- WHAT THIS TASK INVOLVES: The answer should consist of each line below that contains the word "PLANEANGLEUNIT".

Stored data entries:

+ + +

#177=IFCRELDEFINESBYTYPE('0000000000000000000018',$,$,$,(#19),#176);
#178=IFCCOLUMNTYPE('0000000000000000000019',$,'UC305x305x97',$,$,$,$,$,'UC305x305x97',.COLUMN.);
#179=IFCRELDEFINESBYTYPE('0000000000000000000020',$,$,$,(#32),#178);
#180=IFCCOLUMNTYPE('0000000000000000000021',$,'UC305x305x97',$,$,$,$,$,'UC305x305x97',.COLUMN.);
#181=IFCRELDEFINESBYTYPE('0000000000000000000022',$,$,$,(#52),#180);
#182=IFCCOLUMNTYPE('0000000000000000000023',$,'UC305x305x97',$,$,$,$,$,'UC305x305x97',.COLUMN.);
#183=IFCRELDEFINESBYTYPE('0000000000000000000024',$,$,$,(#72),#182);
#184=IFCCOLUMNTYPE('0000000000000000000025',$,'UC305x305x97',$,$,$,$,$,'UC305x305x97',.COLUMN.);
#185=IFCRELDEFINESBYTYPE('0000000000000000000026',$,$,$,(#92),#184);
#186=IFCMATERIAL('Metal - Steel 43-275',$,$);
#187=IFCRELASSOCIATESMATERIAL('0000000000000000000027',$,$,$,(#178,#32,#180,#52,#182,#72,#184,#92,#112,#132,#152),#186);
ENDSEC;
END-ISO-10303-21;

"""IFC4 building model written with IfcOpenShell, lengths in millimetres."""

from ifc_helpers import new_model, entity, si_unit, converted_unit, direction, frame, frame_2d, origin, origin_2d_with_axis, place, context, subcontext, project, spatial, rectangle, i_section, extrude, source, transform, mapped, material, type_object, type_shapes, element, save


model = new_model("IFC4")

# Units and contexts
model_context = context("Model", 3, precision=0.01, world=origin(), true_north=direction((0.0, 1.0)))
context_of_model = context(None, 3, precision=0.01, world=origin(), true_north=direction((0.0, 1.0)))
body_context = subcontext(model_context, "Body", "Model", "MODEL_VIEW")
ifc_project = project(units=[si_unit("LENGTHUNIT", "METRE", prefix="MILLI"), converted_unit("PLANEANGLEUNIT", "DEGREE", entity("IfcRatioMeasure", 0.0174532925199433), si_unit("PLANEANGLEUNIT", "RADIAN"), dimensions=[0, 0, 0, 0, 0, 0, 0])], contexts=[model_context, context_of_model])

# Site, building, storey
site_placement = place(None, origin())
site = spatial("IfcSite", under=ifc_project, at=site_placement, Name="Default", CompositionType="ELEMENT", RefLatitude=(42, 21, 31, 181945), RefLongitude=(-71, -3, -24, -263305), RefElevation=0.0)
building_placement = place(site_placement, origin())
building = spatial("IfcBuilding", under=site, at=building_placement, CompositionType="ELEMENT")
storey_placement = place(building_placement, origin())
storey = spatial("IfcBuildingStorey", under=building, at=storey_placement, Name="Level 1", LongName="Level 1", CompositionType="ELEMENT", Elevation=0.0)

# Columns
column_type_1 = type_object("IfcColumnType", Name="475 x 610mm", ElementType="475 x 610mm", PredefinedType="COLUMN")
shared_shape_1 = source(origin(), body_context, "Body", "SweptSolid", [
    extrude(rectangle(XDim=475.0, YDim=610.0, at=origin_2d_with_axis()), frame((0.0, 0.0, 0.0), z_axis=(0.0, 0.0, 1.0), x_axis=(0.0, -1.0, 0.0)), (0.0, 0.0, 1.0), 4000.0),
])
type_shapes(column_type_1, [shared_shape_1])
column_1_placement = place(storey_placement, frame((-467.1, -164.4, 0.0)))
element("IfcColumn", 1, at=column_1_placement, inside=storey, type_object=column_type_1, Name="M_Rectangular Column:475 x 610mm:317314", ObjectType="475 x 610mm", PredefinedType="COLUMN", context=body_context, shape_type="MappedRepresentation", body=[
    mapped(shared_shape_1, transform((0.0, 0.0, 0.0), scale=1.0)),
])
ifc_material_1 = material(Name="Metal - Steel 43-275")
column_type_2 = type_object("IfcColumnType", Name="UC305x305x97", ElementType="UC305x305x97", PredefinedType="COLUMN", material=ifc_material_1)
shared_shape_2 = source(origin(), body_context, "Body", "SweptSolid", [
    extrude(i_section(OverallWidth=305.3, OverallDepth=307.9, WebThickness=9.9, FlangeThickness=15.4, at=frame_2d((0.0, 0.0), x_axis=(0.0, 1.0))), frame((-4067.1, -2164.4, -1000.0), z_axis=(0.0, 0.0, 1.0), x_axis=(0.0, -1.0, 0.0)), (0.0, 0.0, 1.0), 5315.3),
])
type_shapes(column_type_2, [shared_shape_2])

+ + +

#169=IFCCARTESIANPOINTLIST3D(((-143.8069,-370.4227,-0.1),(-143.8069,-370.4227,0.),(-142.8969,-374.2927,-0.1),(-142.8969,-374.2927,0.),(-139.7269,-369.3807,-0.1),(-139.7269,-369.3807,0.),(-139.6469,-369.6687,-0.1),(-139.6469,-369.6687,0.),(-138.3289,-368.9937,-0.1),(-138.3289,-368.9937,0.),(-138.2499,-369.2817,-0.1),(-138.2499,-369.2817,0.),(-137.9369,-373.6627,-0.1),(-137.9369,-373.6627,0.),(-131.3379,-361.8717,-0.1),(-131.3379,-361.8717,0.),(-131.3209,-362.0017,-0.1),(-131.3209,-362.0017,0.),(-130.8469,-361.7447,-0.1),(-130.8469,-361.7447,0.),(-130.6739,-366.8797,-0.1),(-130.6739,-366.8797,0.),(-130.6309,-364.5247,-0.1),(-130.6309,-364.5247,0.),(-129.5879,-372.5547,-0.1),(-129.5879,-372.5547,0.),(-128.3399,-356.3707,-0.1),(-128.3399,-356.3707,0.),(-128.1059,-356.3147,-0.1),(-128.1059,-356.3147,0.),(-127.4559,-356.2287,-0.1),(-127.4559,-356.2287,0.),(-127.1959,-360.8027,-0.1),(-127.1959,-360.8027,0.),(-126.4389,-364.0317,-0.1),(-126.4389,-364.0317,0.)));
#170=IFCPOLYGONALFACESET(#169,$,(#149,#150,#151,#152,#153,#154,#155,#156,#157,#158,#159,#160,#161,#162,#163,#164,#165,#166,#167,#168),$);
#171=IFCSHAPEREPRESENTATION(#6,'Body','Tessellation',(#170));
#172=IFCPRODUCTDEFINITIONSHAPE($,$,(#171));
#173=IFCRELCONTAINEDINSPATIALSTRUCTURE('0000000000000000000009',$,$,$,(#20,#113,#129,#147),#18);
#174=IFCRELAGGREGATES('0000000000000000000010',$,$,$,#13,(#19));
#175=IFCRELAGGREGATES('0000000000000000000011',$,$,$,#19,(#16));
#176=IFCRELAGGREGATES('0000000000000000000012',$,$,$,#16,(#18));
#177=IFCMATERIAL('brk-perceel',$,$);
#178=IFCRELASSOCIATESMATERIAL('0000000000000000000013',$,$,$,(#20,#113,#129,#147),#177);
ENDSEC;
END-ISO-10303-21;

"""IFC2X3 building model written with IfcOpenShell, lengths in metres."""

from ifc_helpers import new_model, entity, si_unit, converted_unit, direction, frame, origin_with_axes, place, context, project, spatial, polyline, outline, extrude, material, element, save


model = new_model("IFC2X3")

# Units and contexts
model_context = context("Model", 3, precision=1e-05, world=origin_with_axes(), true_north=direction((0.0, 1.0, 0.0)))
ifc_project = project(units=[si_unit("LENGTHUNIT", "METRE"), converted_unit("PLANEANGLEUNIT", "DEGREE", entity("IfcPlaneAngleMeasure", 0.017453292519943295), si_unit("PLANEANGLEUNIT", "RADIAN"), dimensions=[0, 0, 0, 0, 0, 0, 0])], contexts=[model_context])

+ + +

- TASK RESULT:
ifc_project = project(units=[si_unit("LENGTHUNIT", "METRE", prefix="MILLI"), converted_unit("PLANEANGLEUNIT", "DEGREE", entity("IfcRatioMeasure", 0.0174532925199433), si_unit("PLANEANGLEUNIT", "RADIAN"), dimensions=[0, 0, 0, 0, 0, 0, 0])], contexts=[model_context, context_of_model])
ifc_project = project(units=[si_unit("LENGTHUNIT", "METRE"), converted_unit("PLANEANGLEUNIT", "DEGREE", entity("IfcPlaneAngleMeasure", 0.017453292519943295), si_unit("PLANEANGLEUNIT", "RADIAN"), dimensions=[0, 0, 0, 0, 0, 0, 0])], contexts=[model_context])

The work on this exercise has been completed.